For a colour-generating chromophore in organic compounds, there must be a chromophore in the conjugated system. This is illustrated by the examples in Figure 5, where the placing of an azo group between methyl groups creates a colourless compound, while a yellow – orange color is attained when the azo group is put between aromatic rings. Figure 3 shows Figure 3 shows the importance of a prolonged conjugate system. It is obvious that making the length of the conjugated system longer in Vitamin A to give β-carotene causes a bathochromic shift, ex. a darker color.

Fig. 5

Importance of having a chromophore within a conjugated system

What helps to achieve targeted colours is adding auxochromes, it also helps influence solubility. Adding more of an electron-donating to the azobenzene structure creates a bathochromic effect, which is a shift of a band so the energy lowers or the wavelength becomes longer. Bathochromic effect happens when an electron-donating (NH2) and electron-accepting (NO2) groups are put in conjugation. Nitro groups are beneficial in this which contribute to their prevalence in dispersed dye structures. More electron-attracting groups conjugated with electron donor makes a bathochromic effect. When alkyl groups are added to the N-atom, the effect of electron-donating on amino groups are boosted.

Fig. 6

Effects of substituent groups within an azo-dye system

Environmental Impacts:

With the way the fashion industry works to give different colours for our clothes is by having tons of water involved. For removing colour, cleaning, bleaching, dying causes pollution in textile wastewater. When water is involved, the used water ends up in water bodies like lakes, rivers, and others which causes aquatic environment damage.
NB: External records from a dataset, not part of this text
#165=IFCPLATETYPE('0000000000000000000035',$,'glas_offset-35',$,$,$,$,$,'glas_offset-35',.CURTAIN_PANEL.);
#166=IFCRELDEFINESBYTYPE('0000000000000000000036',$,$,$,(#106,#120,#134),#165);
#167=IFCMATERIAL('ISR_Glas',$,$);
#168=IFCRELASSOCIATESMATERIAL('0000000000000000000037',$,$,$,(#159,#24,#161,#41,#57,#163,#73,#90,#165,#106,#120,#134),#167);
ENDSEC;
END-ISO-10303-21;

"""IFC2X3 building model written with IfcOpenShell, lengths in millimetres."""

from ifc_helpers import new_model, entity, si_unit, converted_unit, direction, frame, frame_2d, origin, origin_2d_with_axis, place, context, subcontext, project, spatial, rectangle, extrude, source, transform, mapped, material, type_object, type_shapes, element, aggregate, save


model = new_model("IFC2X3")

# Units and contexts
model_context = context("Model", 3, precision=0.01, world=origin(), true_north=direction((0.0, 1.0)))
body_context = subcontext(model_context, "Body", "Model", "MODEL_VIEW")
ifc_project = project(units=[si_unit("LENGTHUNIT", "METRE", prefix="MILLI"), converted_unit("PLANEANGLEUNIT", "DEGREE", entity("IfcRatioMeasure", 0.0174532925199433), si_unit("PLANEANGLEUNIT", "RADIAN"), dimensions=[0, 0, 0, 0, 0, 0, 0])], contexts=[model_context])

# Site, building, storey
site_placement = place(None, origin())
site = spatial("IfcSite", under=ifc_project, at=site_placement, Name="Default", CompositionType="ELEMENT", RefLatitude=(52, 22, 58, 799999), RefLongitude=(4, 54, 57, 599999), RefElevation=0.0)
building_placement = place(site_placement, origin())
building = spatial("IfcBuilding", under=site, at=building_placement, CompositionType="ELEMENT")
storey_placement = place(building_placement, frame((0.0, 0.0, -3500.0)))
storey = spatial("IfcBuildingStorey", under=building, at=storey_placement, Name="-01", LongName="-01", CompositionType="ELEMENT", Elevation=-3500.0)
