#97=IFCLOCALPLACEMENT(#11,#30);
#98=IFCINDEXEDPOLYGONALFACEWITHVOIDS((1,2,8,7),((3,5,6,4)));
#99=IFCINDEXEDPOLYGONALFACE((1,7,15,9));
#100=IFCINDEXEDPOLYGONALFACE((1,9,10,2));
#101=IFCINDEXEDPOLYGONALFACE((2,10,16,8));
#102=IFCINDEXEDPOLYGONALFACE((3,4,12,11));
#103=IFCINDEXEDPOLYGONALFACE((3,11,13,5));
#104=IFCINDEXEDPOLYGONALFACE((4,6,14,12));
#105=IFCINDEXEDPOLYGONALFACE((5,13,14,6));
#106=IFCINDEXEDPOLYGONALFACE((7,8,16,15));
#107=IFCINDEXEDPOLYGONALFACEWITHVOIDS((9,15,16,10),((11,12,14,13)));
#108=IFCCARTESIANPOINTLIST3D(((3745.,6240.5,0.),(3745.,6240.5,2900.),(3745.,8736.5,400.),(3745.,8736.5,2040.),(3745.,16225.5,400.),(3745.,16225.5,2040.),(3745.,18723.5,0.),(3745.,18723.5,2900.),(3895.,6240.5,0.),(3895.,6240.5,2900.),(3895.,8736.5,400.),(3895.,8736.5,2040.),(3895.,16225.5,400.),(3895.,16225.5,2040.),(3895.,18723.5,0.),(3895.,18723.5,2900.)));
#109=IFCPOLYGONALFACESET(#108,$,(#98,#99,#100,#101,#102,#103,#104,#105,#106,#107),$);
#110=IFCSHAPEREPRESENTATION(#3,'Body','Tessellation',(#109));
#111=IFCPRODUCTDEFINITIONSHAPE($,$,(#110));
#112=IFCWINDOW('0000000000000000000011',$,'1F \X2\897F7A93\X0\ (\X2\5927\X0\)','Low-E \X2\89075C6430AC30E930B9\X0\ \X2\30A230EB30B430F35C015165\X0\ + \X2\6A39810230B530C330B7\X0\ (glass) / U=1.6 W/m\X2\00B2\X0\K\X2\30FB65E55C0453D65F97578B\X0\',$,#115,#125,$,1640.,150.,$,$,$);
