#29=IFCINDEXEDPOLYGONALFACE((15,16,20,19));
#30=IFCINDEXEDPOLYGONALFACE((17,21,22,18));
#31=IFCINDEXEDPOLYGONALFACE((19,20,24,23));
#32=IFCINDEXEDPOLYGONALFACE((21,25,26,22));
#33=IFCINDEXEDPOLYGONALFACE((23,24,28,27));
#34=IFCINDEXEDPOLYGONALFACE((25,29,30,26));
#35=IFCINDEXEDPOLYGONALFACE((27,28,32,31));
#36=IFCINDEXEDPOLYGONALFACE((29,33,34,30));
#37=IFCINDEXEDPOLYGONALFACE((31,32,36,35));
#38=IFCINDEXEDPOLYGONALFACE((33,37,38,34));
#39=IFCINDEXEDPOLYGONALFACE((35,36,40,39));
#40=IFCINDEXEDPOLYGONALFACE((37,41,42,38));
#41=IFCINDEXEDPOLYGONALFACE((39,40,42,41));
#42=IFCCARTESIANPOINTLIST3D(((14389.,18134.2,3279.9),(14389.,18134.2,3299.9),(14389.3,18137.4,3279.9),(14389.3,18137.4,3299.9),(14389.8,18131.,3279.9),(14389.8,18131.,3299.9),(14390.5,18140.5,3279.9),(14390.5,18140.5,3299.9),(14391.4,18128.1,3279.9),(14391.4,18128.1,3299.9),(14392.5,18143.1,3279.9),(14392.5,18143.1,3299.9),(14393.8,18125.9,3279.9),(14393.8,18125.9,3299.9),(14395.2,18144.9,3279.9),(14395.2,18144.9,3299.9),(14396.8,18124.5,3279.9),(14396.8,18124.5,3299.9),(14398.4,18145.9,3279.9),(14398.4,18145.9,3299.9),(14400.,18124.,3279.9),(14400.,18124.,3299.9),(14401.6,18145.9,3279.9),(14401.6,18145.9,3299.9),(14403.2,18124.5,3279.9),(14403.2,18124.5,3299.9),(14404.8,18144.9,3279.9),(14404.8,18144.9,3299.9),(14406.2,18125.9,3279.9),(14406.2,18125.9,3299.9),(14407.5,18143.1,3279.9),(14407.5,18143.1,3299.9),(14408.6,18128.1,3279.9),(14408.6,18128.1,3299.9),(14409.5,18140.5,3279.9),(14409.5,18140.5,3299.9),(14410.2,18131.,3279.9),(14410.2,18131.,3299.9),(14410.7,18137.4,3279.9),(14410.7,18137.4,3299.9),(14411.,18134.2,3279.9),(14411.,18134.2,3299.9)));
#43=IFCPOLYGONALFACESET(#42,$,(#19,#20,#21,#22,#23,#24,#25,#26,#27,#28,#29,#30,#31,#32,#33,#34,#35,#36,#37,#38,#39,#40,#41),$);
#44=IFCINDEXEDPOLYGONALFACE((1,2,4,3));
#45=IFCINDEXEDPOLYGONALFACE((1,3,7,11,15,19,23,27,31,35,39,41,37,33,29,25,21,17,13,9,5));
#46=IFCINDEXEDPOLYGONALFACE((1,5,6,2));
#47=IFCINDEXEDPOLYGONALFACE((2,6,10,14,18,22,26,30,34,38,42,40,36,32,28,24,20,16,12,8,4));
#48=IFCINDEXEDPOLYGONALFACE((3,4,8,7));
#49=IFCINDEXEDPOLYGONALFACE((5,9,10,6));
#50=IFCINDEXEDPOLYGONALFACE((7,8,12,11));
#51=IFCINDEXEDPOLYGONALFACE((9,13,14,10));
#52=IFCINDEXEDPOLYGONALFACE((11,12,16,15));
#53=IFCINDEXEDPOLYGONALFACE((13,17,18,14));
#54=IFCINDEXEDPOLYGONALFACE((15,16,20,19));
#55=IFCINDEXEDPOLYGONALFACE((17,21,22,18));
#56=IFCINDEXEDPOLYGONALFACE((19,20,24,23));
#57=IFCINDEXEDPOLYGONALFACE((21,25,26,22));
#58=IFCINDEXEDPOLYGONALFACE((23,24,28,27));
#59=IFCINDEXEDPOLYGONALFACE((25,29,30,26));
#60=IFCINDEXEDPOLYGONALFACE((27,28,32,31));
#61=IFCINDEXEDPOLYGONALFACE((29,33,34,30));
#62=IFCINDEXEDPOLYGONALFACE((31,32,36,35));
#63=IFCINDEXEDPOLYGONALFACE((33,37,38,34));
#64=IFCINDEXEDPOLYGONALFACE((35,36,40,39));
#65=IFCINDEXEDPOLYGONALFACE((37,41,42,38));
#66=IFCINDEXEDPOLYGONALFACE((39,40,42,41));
The main pollutants are recalcitrant organic, toxicant, surfactant, colored and chlorinated compounds and salts in the textile run-offs. Drinking water, irrigation, and recreation water are limited for use because of the oxygen deficiency from high toxic and mutagenic dyes that causes light penetration and photosynthesis to decrease. Our DNA could also get damaged when a so-called N-hydroxylamines are formed. Dyes are created to keep their colour and not degrade so they stay in our environment for a very long time. An example is, at pH 7 and 25°C, it is about 46 years for the half-life of a hydrolyzed dye Reactive Blue 19. It is confirmed by mutagenic activity that our river and drinking water contain C.I. Disperse Violet 93 (DV93) (DB373), C.I. Disperse Orange 37 (DO37) and C.I. Disperse Blue 373 which means that flotation, coagulation, flocculation, and pre-chlorination (effluent treatment) do not work as much as everyone would want to remove the dyes from water.

Conclusion:

Looking at our surroundings, there are colours everywhere. Everything that exists has colour and we can manipulate the colours to our liking. We can see different colours because each conjunction can absorb a different amount of radiation, they have different lengths, and have different amount of chromophore and auxophore. Chromophore is the most responsible for the given colour a paint or ink has. These colour giving chemicals doesn’t only give colour in our lives but they also cause damage to health and homes. They create harmful chemicals which contaminate our waterbodies that we use for daily cleaning or drinking. We can now understand how colours are implemented in dyes, how they are created, and what are the cons to using them.